I am also concerned about the apparent reliance on Roo to generate the boilerplate code. It appears that Google is very much behind this combo. It isn't that I have anything against Roo, DI or generated code for that matter but I would have preferred a leaner solution. Applications targeting App Engine already experience enough latency on start-up and I am afraid that DI will just make matters worse; and as I still haven't been able to figure out how to get Roo and Objectify to work together my apprehension is that much more intensified.
But I am open minder. We developers have to be :) and as such I would very much like to be proven wrong on all these counts.
Again, thank you for the information on RequestFactory.
Jeff
This is indeed great news.
On Sat, Oct 30, 2010 at 5:13 PM, Thomas Broyer <t.broyer@gmail.com> wrote:
No.
On 30 oct, 16:44, Jeff Schwartz <jefftschwa...@gmail.com> wrote:
> I haven't read up in detail on the new RequestFactory implementation except
> for the information I've read here on the group.

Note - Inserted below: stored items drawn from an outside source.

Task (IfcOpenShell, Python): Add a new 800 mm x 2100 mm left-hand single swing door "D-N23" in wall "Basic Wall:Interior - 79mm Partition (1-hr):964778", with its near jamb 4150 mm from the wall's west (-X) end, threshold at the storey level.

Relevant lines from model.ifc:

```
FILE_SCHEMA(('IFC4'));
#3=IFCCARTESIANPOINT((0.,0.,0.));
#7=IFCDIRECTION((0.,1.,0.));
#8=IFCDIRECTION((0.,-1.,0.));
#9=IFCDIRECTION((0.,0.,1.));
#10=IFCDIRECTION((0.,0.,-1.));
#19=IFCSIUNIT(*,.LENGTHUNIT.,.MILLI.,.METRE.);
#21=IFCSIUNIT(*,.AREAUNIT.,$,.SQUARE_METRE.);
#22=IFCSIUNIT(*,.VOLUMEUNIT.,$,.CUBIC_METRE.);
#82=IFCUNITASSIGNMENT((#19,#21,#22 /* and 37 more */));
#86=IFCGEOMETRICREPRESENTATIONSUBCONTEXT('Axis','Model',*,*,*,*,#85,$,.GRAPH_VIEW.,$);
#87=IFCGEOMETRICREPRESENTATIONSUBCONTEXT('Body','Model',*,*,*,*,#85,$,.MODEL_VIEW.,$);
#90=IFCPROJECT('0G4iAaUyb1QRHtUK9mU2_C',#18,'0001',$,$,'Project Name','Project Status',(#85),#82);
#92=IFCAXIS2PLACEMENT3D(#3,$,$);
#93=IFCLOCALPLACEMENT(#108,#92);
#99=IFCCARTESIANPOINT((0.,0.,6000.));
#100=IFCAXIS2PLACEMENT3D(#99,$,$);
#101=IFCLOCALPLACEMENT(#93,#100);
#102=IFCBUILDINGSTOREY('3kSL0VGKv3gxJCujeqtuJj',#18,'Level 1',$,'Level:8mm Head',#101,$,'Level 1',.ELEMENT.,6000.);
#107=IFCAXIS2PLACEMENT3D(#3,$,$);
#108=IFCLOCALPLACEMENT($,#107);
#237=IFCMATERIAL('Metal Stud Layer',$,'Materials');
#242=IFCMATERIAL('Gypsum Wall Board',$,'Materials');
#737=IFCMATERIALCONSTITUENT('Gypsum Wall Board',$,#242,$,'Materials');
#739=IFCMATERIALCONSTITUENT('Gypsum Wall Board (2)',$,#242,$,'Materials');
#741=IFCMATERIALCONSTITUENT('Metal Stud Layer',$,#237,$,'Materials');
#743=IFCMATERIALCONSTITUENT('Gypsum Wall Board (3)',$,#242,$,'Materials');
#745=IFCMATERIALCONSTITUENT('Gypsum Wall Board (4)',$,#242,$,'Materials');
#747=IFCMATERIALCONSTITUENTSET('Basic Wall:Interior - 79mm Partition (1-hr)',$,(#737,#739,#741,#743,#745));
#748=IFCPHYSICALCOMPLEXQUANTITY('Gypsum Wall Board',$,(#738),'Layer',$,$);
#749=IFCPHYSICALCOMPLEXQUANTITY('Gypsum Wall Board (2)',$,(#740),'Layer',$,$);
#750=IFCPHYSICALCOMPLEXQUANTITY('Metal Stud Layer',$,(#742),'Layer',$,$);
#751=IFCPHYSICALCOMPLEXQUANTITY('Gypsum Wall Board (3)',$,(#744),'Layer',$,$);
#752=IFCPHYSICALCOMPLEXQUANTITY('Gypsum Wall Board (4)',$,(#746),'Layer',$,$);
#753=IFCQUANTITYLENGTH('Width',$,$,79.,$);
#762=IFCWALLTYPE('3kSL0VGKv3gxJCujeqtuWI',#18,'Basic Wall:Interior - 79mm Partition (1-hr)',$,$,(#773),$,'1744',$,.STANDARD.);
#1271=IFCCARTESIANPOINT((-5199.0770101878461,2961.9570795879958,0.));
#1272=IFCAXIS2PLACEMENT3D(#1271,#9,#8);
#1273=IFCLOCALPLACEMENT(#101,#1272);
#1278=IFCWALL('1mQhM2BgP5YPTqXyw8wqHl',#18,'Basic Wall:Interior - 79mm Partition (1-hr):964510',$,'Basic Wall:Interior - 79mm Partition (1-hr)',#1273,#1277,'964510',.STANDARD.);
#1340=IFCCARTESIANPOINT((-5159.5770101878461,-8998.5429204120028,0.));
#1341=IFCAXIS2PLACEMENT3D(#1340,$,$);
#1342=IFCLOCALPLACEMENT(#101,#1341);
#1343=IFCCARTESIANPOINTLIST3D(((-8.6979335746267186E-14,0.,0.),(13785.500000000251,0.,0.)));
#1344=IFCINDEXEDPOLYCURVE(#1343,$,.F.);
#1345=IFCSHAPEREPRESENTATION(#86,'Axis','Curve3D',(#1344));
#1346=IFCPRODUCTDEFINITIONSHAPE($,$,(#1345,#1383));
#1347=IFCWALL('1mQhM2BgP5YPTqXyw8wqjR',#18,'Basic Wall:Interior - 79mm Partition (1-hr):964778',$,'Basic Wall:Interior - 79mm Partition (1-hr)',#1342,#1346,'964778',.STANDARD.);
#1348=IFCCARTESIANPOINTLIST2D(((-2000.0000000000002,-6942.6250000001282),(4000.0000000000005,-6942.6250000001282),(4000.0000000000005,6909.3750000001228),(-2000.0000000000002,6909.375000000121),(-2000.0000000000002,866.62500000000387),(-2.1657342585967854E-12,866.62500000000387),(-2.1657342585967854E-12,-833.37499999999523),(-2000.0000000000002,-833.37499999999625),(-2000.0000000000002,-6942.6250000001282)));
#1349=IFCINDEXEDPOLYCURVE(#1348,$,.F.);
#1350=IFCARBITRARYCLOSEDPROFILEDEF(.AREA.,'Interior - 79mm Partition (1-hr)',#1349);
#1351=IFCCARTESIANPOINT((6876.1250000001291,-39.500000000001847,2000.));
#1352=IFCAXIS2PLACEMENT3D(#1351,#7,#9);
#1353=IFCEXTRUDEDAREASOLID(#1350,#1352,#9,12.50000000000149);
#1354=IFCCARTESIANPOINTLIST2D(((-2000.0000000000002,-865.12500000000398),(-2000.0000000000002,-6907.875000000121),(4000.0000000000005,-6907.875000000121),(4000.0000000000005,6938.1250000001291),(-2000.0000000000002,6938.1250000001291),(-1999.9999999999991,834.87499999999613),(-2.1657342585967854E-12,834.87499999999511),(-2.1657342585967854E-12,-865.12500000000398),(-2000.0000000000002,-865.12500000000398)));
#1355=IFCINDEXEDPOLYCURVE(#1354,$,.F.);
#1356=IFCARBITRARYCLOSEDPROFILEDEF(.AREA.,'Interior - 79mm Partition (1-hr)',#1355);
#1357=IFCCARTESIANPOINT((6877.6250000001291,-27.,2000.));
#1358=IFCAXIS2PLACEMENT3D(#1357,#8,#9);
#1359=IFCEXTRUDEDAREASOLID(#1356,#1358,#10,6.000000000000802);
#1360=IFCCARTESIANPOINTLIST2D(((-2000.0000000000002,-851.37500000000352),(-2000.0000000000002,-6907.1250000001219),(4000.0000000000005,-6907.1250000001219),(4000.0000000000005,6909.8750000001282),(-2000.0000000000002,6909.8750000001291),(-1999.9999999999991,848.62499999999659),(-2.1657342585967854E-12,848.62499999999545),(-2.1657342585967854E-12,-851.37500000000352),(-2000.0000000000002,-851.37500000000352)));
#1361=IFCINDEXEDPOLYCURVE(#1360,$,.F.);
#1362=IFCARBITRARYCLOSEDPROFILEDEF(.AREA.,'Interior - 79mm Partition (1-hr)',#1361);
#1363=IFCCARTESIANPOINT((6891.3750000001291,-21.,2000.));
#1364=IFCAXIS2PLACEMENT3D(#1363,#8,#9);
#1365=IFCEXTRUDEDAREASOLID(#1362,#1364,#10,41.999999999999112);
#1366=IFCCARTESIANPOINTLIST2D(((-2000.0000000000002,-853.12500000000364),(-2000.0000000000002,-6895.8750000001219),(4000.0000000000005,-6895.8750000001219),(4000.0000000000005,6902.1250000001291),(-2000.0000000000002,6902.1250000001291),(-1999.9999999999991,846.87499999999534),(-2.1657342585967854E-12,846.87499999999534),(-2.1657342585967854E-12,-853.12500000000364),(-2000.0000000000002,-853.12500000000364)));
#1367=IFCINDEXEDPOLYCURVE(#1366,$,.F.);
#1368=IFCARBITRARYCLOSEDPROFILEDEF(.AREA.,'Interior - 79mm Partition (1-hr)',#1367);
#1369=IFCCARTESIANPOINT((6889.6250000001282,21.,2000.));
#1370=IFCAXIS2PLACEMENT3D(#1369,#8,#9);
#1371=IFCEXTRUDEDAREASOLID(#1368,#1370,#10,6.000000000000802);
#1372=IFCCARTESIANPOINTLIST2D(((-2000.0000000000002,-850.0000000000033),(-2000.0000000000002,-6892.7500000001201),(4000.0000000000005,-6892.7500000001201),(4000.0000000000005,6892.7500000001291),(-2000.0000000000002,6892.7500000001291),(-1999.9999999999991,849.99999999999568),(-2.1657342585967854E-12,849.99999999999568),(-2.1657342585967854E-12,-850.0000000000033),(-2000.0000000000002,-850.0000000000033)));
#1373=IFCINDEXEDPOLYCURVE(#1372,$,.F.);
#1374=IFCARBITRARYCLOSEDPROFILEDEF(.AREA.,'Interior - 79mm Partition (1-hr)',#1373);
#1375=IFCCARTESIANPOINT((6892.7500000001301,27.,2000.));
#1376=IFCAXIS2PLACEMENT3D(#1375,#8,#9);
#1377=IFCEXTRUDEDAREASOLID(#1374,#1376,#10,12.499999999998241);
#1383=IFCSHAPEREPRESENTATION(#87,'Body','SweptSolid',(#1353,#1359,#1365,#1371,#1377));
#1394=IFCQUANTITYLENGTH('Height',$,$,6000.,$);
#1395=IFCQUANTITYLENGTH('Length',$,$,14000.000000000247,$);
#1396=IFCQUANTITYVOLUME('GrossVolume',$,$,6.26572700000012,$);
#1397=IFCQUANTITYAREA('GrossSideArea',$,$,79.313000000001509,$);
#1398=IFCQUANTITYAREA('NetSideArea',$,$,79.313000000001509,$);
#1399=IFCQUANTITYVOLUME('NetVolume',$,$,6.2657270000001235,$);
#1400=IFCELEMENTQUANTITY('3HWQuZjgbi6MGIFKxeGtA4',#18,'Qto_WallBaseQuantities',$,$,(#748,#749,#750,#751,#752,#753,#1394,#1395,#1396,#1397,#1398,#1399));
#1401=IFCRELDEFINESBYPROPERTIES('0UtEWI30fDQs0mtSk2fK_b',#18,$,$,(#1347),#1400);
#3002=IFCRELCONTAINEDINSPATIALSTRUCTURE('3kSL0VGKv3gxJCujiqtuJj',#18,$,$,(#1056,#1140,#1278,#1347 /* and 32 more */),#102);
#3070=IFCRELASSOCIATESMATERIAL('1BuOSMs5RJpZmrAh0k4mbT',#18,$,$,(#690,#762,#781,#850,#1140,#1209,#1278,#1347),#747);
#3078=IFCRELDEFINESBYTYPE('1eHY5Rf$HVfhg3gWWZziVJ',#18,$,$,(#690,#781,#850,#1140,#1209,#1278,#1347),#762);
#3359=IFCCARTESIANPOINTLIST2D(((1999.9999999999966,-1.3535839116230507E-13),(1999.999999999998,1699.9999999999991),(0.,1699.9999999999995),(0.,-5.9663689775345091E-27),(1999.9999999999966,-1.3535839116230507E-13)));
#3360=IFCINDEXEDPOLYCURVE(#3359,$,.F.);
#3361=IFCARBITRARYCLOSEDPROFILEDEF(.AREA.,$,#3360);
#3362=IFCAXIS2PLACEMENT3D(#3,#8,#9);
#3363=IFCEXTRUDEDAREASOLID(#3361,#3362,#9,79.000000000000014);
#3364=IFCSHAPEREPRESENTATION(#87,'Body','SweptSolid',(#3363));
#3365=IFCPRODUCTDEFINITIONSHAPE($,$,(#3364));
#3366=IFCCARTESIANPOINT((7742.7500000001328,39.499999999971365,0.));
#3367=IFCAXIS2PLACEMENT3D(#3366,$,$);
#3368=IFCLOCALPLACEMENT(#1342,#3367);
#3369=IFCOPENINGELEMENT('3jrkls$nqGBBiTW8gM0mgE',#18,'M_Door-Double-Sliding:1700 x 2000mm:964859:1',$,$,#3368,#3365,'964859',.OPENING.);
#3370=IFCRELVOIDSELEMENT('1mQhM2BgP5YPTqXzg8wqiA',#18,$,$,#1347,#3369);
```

```python
import numpy as np
import ifcopenshell
import ifcopenshell.api.feature
import ifcopenshell.api.geometry
import ifcopenshell.api.pset
import ifcopenshell.api.root
import ifcopenshell.api.spatial
import ifcopenshell.geom
import ifcopenshell.util.element
import ifcopenshell.util.placement
import ifcopenshell.util.representation
import ifcopenshell.util.shape
import ifcopenshell.util.unit

model = ifcopenshell.open("model.ifc")
unit_scale = ifcopenshell.util.unit.calculate_unit_scale(model)
area_scale = ifcopenshell.util.unit.calculate_unit_scale(model, "AREAUNIT")
volume_scale = ifcopenshell.util.unit.calculate_unit_scale(model, "VOLUMEUNIT")
settings = ifcopenshell.geom.settings()


def volume(element):
    """Net volume in cubic metres, openings subtracted."""
    shape = ifcopenshell.geom.create_shape(settings, element)
    return ifcopenshell.util.shape.get_volume(shape.geometry)


wall = model.by_guid("1mQhM2BgP5YPTqXyw8wqjR")
storey = ifcopenshell.util.element.get_container(wall, ifc_class="IfcBuildingStorey")
context = ifcopenshell.util.representation.get_context(model, "Model", "Body", "MODEL_VIEW")
before = volume(wall)

width, height, from_end, sill = 0.8, 2.1, 4.15, 0.0  # metres

# The wall runs along its own X axis, and the end named is its -X end.
wall_shape = ifcopenshell.geom.create_shape(settings, wall)
x, y, z = ifcopenshell.util.shape.get_vertices(wall_shape.geometry).T
start = x.min() + from_end
face, thickness = float(y.min()), float(y.max() - y.min())
wall_matrix = ifcopenshell.util.placement.get_local_placement(wall.ObjectPlacement)
level = ifcopenshell.util.placement.get_local_placement(storey.ObjectPlacement)[2, 3]


def in_wall(x, y):
    """Placement at x, y metres in the wall's axes, at sill height."""
    matrix = wall_matrix.copy()
    matrix[:, 3] = wall_matrix @ np.array([x / unit_scale, y / unit_scale, 0.0, 1.0])
    matrix[2, 3] = level + sill / unit_scale
    return matrix


# Opening: a box that overshoots both wall faces by 50 mm.
opening = ifcopenshell.api.root.create_entity(model, ifc_class="IfcOpeningElement", predefined_type="OPENING")
box = ifcopenshell.api.geometry.add_wall_representation(
    model, context=context, length=width, height=height, thickness=thickness + 0.1
)
ifcopenshell.api.geometry.assign_representation(model, product=opening, representation=box)
ifcopenshell.api.geometry.edit_object_placement(model, product=opening, matrix=in_wall(start, face - 0.05), is_si=False)
ifcopenshell.api.feature.add_feature(model, feature=opening, element=wall)

door = ifcopenshell.api.root.create_entity(model, ifc_class="IfcDoor", name="D-N23", predefined_type="DOOR")
door.OverallWidth, door.OverallHeight = width / unit_scale, height / unit_scale
door.OperationType = "SINGLE_SWING_LEFT"
body = ifcopenshell.api.geometry.add_door_representation(
    model,
    context=context,
    overall_width=door.OverallWidth,
    overall_height=door.OverallHeight,
    operation_type="SINGLE_SWING_LEFT",
    lining_properties={"LiningDepth": thickness / unit_scale, "ThresholdDepth": thickness / unit_scale},
)
ifcopenshell.api.geometry.assign_representation(model, product=door, representation=body)
ifcopenshell.api.spatial.assign_container(model, products=[door], relating_structure=storey)
ifcopenshell.api.feature.add_filling(model, opening=opening, element=door)

# The lining spans the wall, so the door starts at the wall face.
ifcopenshell.api.geometry.edit_object_placement(model, product=door, matrix=in_wall(start, face), is_si=False)

after = volume(wall)

# Update the wall's stored quantities.
qto = model.by_id(ifcopenshell.util.element.get_pset(wall, "Qto_WallBaseQuantities", should_inherit=False)["id"])
ifcopenshell.api.pset.edit_qto(model, qto=qto, properties={
    "NetSideArea": after / thickness / area_scale,
    "NetVolume": after / volume_scale,
})

print(f"wall volume {before:.3f} -> {after:.3f} m3")

model.write("model_edited.ifc")
```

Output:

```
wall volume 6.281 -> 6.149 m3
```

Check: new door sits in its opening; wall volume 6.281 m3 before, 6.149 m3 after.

I gather from what I've
> read then that RequestFactory is totally data specific and its only
> intention is to persist any data that has been changed on the client back to
> the server. It therefore seems, for example, that if it were required for
> security reasons, for instance, to validate that the request to the server
> is made with a valid session id and the session was still active that
> RequestFactory would not be the api to use and that instead the older
> RemoteService api would be the one to use, correct?

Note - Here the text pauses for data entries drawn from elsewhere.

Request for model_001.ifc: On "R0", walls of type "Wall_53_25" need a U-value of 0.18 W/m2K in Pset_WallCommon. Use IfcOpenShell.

First a look at what the model holds.

```python
import ifcopenshell
import ifcopenshell.util.element

model = ifcopenshell.open("model_001.ifc")
print(model.schema)
storey = next(s for s in model.by_type("IfcBuildingStorey") if s.Name == "R0")
walls = [e for e in ifcopenshell.util.element.get_decomposition(storey) if e.is_a("IfcWall")]
seen = {}
for e in walls:
    element_type = ifcopenshell.util.element.get_type(e)
    key = (element_type.Name if element_type != e and element_type else None, ifcopenshell.util.element.get_pset(e, "Pset_WallCommon", "ThermalTransmittance"))
    seen[key] = seen.get(key, 0) + 1
for (name, value), count in sorted(seen.items(), key=str):
    print(count, "x", name, "|", value)
```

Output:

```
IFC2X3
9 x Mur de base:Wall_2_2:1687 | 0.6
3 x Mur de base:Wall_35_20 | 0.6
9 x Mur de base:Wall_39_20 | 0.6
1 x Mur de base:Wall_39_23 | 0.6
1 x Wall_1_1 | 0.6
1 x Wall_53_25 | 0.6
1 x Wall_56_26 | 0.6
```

```python
import ifcopenshell
import ifcopenshell.api.pset
import ifcopenshell.util.element

model = ifcopenshell.open("model_001.ifc")

storey = next(s for s in model.by_type("IfcBuildingStorey") if s.Name == "R0")
walls = [e for e in ifcopenshell.util.element.get_decomposition(storey) if e.is_a("IfcWall")]

count = 0
for e in walls:
    element_type = ifcopenshell.util.element.get_type(e)
    if element_type in (None, e) or element_type.Name != "Wall_53_25":
        continue
    # add_pset returns the element's existing set when there is one.
    pset = ifcopenshell.api.pset.add_pset(model, product=e, name="Pset_WallCommon")
    ifcopenshell.api.pset.edit_pset(model, pset=pset, properties={"ThermalTransmittance": 0.18})
    count += 1

print(count, "walls updated")

model.write("model_001-out.ifc")
```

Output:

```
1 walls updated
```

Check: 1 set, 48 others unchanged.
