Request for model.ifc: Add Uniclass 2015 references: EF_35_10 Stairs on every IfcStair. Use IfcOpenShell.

First a look at what the model holds.

```python
import ifcopenshell

model = ifcopenshell.open("model.ifc")
print(model.schema)
print("classifications:", [c.Name for c in model.by_type("IfcClassification")])
for ifc_class in ("IfcDoor", "IfcRoof", "IfcStair", "IfcWall", "IfcWindow"):
    print(ifc_class, len(model.by_type(ifc_class)))
```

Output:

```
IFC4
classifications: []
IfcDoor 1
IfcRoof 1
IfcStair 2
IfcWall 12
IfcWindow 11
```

```python
import ifcopenshell
import ifcopenshell.api.classification

model = ifcopenshell.open("model.ifc")

system = ifcopenshell.api.classification.add_classification(model, classification="Uniclass 2015")

codes = {
    "IfcStair": ("EF_35_10", "Stairs"),
}
for ifc_class, (code, name) in codes.items():
    products = model.by_type(ifc_class)
    ifcopenshell.api.classification.add_reference(
        model, products=products, classification=system, identification=code, name=name
    )
    print(code, len(products))

model.write("model_edited.ifc")
```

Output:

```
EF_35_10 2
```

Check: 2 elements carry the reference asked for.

The first thing the RequestFactoryServlet does is to (paraphrasing the
comment in the code) "check that user is logged in before
proceeding" (this is done by "getting" a UserInformation instance,
which has access to the servlet request through
RequestFactoryServlet.getThreadLocalRequest() so you're free to do
whatever checking you want; the actual implementation is given by the
userInfoClass servlet init parameter; see the Expenses sample for an
example using AppEngine's UserService), and return a 401 HTTP response
if it's not the case (which you can trap on the client-side).
On the client-side, RequestFactory uses by default a
DefaultRequestTransport, which you can extend (or even replace, I
think you could use WebSocket or Comet or whatever if you liked) to
send the "session id" in the request payload (for instance); similar
to the RpcRequestBuilder for GWT-RPC.